Three 26w GE daylight mini-twists mounted horizontally over a 20 long. With the tank being only 12" high, the spirals provide a pretty good spread with plenty of light. Made an inexpensive canopy to make it a bit more pleasing to the eye.

View attachment 39511


View attachment 39512


View attachment 39513


----------



## fermentedhiker (Oct 28, 2011)

@Wastewater what fixtures did you use and where did you get them?


----------



## wastewater (Apr 5, 2010)

They are JBJ Macro-glo fixtures... a saltwater hobbyist gave me three of them a couple years back - they were being used as refugium lights. I decided to give them a try, rather than collecting dust in the attic. Fixtures are the 15w model and included JBJ's 15w screw-in 6400k bulb. I bent the inside of the reflector "inward" somewhat so they would accept the mini-twists. The housings have adjustable arms (you can adjust the height from the water's surface)... did away with the adjustable arm & tweaked the height to fit my needs. I've had good results with spirals mounted vertically with a reflector (I've played around with some higher wattage SHO spiral bulbs, vertically-mounted w/reflector to obtain very high light). So, initially I was skeptical about the lower wattage spirals being mounted horizontal. They have worked out well.


----------



## forddna (Sep 12, 2007)

Very nice!


----------



## Hoppy (Dec 24, 2005)

I used this design for a 15gallon high tank, with good results:http://www.plantedtank.net/forums/diy/112294-hd-worklight-light-fixture.html


----------



## Rich Conley (Jun 10, 2008)

I have 2x23w 6500K cfls over my 40BR (which only has about 12" of water in it...kind of a riparium setup). 

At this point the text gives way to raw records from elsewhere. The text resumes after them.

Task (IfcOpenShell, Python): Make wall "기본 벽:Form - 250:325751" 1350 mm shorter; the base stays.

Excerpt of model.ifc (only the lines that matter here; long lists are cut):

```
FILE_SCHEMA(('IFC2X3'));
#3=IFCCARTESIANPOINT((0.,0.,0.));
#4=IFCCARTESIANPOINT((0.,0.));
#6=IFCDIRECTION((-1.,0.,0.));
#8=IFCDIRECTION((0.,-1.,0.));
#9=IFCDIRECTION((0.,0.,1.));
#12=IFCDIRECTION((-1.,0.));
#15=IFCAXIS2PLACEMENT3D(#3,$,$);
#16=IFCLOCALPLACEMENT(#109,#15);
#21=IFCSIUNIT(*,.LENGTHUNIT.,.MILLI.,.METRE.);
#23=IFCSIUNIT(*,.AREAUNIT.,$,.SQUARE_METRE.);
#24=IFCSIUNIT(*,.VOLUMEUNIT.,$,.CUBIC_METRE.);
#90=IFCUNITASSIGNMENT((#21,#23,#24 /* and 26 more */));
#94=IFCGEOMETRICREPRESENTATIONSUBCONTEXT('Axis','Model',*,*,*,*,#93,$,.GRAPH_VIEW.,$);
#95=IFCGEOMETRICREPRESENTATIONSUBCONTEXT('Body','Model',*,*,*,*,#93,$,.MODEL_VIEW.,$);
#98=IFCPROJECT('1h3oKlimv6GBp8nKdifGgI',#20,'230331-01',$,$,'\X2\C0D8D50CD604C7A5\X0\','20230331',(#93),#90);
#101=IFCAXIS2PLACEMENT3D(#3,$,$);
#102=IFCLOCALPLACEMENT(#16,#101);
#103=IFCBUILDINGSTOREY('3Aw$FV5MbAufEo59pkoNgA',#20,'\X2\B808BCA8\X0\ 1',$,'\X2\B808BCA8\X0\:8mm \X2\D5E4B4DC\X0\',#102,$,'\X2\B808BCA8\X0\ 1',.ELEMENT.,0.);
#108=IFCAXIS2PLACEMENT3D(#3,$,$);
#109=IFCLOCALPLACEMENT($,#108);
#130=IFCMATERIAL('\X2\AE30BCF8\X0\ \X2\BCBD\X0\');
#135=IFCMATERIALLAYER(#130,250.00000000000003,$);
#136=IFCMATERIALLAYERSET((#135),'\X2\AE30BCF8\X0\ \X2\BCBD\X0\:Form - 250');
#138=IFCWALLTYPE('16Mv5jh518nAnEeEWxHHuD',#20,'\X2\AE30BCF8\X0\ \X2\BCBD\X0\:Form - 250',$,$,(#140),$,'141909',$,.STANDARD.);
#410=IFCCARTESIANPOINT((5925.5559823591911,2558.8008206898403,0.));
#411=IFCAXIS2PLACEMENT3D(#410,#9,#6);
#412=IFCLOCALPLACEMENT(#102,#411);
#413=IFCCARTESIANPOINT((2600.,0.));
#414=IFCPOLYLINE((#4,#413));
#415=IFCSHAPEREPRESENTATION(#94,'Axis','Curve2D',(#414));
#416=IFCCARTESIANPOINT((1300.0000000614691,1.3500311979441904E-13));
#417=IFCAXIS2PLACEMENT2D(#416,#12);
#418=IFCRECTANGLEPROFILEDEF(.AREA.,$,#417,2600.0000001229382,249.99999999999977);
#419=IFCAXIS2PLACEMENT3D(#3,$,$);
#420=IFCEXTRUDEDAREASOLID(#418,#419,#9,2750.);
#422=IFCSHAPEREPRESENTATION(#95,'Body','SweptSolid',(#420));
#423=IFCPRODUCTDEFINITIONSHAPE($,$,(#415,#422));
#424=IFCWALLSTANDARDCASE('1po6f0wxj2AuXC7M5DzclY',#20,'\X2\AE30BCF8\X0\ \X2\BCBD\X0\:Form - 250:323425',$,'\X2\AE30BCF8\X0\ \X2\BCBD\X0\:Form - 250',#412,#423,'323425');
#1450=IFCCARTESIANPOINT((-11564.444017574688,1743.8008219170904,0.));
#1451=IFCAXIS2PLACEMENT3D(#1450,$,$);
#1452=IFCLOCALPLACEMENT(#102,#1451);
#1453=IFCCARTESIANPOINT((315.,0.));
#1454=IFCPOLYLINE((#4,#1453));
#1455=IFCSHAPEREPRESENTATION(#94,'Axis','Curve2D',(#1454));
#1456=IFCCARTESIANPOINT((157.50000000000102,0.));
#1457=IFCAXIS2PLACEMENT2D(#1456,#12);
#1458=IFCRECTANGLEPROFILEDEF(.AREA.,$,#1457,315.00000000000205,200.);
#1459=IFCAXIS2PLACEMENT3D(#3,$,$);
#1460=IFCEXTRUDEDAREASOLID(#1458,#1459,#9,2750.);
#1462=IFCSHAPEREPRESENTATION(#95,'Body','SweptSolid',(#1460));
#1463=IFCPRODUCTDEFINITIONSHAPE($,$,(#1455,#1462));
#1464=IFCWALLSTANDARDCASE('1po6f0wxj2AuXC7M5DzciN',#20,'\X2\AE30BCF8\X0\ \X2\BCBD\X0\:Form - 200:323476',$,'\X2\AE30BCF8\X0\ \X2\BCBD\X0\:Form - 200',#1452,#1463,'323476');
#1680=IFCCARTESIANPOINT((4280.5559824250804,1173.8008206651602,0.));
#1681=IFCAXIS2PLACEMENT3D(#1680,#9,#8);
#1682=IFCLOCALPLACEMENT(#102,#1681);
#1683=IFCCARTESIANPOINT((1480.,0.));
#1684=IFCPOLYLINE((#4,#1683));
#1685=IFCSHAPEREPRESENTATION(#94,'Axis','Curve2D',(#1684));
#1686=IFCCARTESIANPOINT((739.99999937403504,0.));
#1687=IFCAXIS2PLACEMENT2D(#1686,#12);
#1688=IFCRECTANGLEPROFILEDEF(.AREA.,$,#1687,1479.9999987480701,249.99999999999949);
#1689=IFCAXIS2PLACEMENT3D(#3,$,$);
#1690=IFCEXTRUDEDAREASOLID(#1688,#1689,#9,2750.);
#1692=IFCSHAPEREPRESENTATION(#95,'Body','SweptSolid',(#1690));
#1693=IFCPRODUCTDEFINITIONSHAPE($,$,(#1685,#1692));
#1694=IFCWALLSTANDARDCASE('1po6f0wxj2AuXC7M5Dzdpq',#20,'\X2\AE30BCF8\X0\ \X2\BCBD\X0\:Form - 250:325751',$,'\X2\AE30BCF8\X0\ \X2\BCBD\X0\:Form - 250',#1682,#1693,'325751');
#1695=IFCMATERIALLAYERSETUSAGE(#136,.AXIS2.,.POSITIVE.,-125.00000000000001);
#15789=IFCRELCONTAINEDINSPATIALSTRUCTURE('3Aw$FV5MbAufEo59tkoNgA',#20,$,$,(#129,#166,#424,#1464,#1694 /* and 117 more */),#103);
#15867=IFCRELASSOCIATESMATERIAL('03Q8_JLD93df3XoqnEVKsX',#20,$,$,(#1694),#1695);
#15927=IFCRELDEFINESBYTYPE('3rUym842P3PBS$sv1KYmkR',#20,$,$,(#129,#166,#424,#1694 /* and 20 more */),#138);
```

```python
import ifcopenshell
import ifcopenshell.geom
import ifcopenshell.util.representation
import ifcopenshell.util.shape
import ifcopenshell.util.unit

model = ifcopenshell.open("model.ifc")
unit_scale = ifcopenshell.util.unit.calculate_unit_scale(model)
settings = ifcopenshell.geom.settings()


def volume(element):
    """Net volume in cubic metres, openings subtracted."""
    shape = ifcopenshell.geom.create_shape(settings, element)
    return ifcopenshell.util.shape.get_volume(shape.geometry)


wall = model.by_guid("1po6f0wxj2AuXC7M5Dzdpq")
before = volume(wall)

body = ifcopenshell.util.representation.get_representation(wall, "Model", "Body")
solid = body.Items[0]
old_height = solid.Depth
solid.Depth -= 1.35 / unit_scale
after = volume(wall)

print(f"height {old_height:g} -> {solid.Depth:g}, volume {before:.3f} -> {after:.3f} m3")

model.write("model_v2.ifc")
```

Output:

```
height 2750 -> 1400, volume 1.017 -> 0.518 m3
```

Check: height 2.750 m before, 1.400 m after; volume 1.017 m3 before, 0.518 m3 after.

fixtures are made from Ikea "Blanda Blank 8" bowls" and Hemma cord sets (total about $8 a fixture).

Look like this:
http://www.dumpserver.co.uk/pages/2665-salad-bowl-light


----------



## wGEric (Aug 31, 2011)

This topic has some people's solutions using clamp lights: http://www.plantedtank.net/forums/lighting/153195-my-inexpensive-cfl-light-solution.html


----------



## proaudio55 (Oct 20, 2011)

http://www.plantedtank.net/forums/d...-light-hood-circadian-rhythm.html#post1560843

I'm not sure if this is the "ultimate" setup, but it's pretty sweet. I fabricated it myself.


----------



## forddna (Sep 12, 2007)

Anybody use an existing canopy??


----------



## jmrmotorhead (Sep 27, 2011)

Heres mine:
http://www.plantedtank.net/forums/lighting/153195-my-inexpensive-cfl-light-solution.html


----------



## galabar (Oct 19, 2011)

If you can mount those bulbs vertically you'll get a lot more light.


----------



## orchidman (Dec 15, 2010)

i have an incandescent light strip that came on the stock hood for my 10g. i just put cfl bulbs in there. works great!


----------



## forddna (Sep 12, 2007)

bump!


----------



## bdresser (Dec 29, 2011)

Orchidman, I recently did the same thing with my stock light strip (retrofitted CFL lights into it and put a decent reflector in). How many bulbs and what wattage are you running?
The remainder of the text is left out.